Thanks Charles! Yea, we have been sublimenting for about a month now and love the porcelain things we have made with it. I just wasn't sure how the DRY WEAVE would work out. I am familiar with Vapor and I would feel better using it but the ladies want a certain type of NIKE tanks. Ones they are use to and comfortable with. And who am I to say anything, I can't even imagine doing a marathon!

I guess my question is, will the DRY WEAVE polyester be okay under 400 degrees? Anyone ever try it? Thanks so much for the response Charles!


----------



## JYA (Jun 2, 2008)

You should be OK with it. I use many different brands of "dri-fit" product including UA, Nike, Starter, Champion, RbK and Vapor and have ALWAYS followed Vapor's instructions with no problems!


----------



## mardiv (May 12, 2008)

Thanks so much Marcelo!!


----------



## charles95405 (Feb 1, 2007)

I think 100% polyester is just 100% polyester... I have use several polyester articles and it will take the heat. It there is any other substance in the material...then it is not 100% polyester


----------



## JYA (Jun 2, 2008)

Charles, I somewhat disagree. I have found that the 100% spun poly t-shirts (i.e. Vapor Apparel T's) are different than some of the other brands' 100% poly. I have come across some 100% poly that sublimates horrifically! 

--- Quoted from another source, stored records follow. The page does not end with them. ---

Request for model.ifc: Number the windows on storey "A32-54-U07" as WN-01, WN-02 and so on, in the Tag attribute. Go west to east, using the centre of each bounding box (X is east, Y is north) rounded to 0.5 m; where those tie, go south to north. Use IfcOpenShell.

First a look at what the model holds.

```python
import ifcopenshell
import ifcopenshell.util.element
import ifcopenshell.util.placement

model = ifcopenshell.open("model.ifc")
print(model.schema)
storey = next(s for s in model.by_type("IfcBuildingStorey") if s.Name == "A32-54-U07")
windows = [e for e in ifcopenshell.util.element.get_decomposition(storey) if e.is_a("IfcWindow")]
for e in sorted(windows, key=lambda e: e.id()):
    origin = ifcopenshell.util.placement.get_local_placement(e.ObjectPlacement)[:3, 3]
    print(e.id(), e.Tag, e.Name, origin.round(2) + 0.0, sep=" | ")
```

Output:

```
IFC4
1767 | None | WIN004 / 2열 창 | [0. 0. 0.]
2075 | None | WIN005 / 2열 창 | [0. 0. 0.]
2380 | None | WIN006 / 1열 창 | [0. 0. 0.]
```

```python
import ifcopenshell
import ifcopenshell.geom
import ifcopenshell.util.element
import ifcopenshell.util.shape

model = ifcopenshell.open("model.ifc")
settings = ifcopenshell.geom.settings()
settings.set("use-world-coords", True)


def centre(element):
    shape = ifcopenshell.geom.create_shape(settings, element)
    return ifcopenshell.util.shape.get_bbox_centroid(shape.geometry)


storey = next(s for s in model.by_type("IfcBuildingStorey") if s.Name == "A32-54-U07")
windows = [e for e in ifcopenshell.util.element.get_decomposition(storey) if e.is_a("IfcWindow")]

# Insertion points can sit at a corner or the storey origin, so sort by the geometry (in metres).
centres = {e: centre(e) for e in windows}
windows.sort(key=lambda e: (round(centres[e][0] / 0.5), centres[e][1]))

for i, e in enumerate(windows, start=1):
    number = f"WN-{i:02d}"
    e.Tag = number
    print(e.id(), number)

model.write("model-out.ifc")
```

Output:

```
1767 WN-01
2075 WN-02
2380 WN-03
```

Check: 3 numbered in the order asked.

The "dri-fit" shirts all seem to sublimate the same.


----------



## mardiv (May 12, 2008)

DEFIANT said:


> are different than some of the other brands' 100% poly. I have come across some 100% poly that sublimates horrifically!


Can you give some examples please?



DEFIANT said:


> The "dri-fit" shirts all seem to sublimate the same.

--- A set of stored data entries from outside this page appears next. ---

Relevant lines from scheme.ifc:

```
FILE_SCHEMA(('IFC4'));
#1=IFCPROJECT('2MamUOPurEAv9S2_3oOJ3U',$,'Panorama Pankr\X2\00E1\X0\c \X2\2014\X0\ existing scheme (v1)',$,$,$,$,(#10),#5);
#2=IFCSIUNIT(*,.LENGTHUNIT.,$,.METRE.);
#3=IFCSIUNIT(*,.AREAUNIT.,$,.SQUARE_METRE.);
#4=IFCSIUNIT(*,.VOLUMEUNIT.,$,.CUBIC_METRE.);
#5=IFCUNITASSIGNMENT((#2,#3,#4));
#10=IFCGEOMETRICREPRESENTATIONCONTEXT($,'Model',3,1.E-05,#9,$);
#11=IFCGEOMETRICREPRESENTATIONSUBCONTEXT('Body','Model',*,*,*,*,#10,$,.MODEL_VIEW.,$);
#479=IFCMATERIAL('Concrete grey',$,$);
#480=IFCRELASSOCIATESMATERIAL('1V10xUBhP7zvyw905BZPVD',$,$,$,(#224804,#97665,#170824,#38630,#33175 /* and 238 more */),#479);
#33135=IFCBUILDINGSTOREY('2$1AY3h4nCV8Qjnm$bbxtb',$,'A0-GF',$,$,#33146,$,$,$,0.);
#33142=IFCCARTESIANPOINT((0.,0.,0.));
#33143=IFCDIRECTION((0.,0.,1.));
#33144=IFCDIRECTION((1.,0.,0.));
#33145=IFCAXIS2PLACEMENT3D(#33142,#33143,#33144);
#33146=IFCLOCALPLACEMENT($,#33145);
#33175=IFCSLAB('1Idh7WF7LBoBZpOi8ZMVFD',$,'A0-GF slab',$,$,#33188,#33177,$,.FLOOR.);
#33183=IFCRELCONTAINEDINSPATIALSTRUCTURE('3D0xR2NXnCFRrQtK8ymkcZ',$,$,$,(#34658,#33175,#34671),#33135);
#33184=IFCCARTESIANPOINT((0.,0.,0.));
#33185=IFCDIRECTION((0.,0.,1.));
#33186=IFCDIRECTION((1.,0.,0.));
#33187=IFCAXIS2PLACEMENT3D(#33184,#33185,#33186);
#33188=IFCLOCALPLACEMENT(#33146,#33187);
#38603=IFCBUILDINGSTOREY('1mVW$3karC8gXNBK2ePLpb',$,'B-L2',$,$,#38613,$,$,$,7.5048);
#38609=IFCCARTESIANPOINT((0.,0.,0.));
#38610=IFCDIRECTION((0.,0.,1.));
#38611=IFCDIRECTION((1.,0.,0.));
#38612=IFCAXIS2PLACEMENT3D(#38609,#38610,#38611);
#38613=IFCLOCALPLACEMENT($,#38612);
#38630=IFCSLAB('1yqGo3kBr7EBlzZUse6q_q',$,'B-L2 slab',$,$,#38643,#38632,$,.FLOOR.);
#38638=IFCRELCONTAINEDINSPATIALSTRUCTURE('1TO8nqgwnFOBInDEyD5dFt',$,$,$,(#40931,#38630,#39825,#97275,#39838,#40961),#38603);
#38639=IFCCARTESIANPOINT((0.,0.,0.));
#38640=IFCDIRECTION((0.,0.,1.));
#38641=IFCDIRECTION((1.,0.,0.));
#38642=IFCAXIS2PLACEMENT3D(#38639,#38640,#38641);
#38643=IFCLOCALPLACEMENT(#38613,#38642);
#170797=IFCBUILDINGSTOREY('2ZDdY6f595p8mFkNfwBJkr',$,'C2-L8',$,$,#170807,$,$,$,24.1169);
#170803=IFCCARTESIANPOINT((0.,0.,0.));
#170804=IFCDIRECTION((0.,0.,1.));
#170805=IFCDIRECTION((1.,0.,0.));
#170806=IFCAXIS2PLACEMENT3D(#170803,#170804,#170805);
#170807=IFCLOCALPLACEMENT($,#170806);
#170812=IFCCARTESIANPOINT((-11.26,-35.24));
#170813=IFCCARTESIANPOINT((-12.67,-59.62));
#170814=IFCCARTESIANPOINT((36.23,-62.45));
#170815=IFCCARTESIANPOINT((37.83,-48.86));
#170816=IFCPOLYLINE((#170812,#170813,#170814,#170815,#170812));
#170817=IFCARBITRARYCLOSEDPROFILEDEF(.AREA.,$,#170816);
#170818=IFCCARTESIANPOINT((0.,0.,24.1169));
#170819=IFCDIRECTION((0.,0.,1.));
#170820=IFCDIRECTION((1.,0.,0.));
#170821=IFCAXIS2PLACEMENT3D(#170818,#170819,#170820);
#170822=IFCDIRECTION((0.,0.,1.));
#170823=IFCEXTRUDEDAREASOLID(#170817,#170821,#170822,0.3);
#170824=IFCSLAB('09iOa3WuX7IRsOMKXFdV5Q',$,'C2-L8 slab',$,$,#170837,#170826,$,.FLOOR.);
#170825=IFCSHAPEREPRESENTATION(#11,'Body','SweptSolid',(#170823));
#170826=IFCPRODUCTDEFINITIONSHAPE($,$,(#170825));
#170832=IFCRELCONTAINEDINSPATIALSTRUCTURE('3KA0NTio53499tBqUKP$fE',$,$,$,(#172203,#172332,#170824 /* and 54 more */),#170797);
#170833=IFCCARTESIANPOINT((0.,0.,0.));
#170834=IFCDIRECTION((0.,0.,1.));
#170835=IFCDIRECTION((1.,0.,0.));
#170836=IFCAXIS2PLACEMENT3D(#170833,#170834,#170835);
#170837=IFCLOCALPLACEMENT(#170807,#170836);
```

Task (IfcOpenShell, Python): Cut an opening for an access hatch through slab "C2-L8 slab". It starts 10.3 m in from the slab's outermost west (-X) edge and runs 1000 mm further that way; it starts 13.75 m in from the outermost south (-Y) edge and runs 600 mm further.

```python
import numpy as np
import ifcopenshell
import ifcopenshell.api.feature
import ifcopenshell.api.geometry
import ifcopenshell.api.root
import ifcopenshell.geom
import ifcopenshell.util.placement
import ifcopenshell.util.representation
import ifcopenshell.util.shape
import ifcopenshell.util.unit

model = ifcopenshell.open("scheme.ifc")
unit_scale = ifcopenshell.util.unit.calculate_unit_scale(model)
settings = ifcopenshell.geom.settings()


def volume(element):
    """Net volume in cubic metres, openings subtracted."""
    shape = ifcopenshell.geom.create_shape(settings, element)
    return ifcopenshell.util.shape.get_volume(shape.geometry)


slab = model.by_guid("09iOa3WuX7IRsOMKXFdV5Q")
before = volume(slab)

# Extent in the slab's own axes, in metres. The edges named are its -X and -Y sides.
slab_shape = ifcopenshell.geom.create_shape(settings, slab)
vertices = ifcopenshell.util.shape.get_vertices(slab_shape.geometry)
x_min, y_min, bottom = vertices.min(axis=0)
top = vertices[:, 2].max()

opening = ifcopenshell.api.root.create_entity(model, ifc_class="IfcOpeningElement", name="Access hatch opening", predefined_type="OPENING")
context = ifcopenshell.util.representation.get_context(model, "Model", "Body", "MODEL_VIEW")
width, depth = 1, 0.6
outline = [(0.0, 0.0), (width, 0.0), (width, depth), (0.0, depth), (0.0, 0.0)]
# Overshoot both faces by 50 mm so the cut is clean.
shape = ifcopenshell.api.geometry.add_slab_representation(
    model, context=context, depth=top - bottom + 0.1, polyline=outline
)
ifcopenshell.api.geometry.assign_representation(model, product=opening, representation=shape)

matrix = ifcopenshell.util.placement.get_local_placement(slab.ObjectPlacement)
matrix[:, 3] = matrix @ np.append(np.array([x_min + 10.3, y_min + 13.75, bottom - 0.05]) / unit_scale, 1.0)
ifcopenshell.api.geometry.edit_object_placement(model, product=opening, matrix=matrix, is_si=False)
ifcopenshell.api.feature.add_feature(model, feature=opening, element=slab)

after = volume(slab)

print(f"slab volume {before:.3f} -> {after:.3f} m3")

model.write("scheme-out.ifc")
```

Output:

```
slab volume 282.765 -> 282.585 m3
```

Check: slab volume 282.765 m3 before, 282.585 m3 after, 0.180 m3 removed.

 Which is what? Good? Okay? poorly?

thanks!


----------



## charles95405 (Feb 1, 2007)

I will defer to those who have had different results.....I have been doing this for almost 8 years and my comment was based only on MY experience....I have pressed many polyester items...I did not keep track of the names but I have yet to have a problem that I did not cause...sure I made some errors...but the fault was mine..not the material...that is all I meant to say...


----------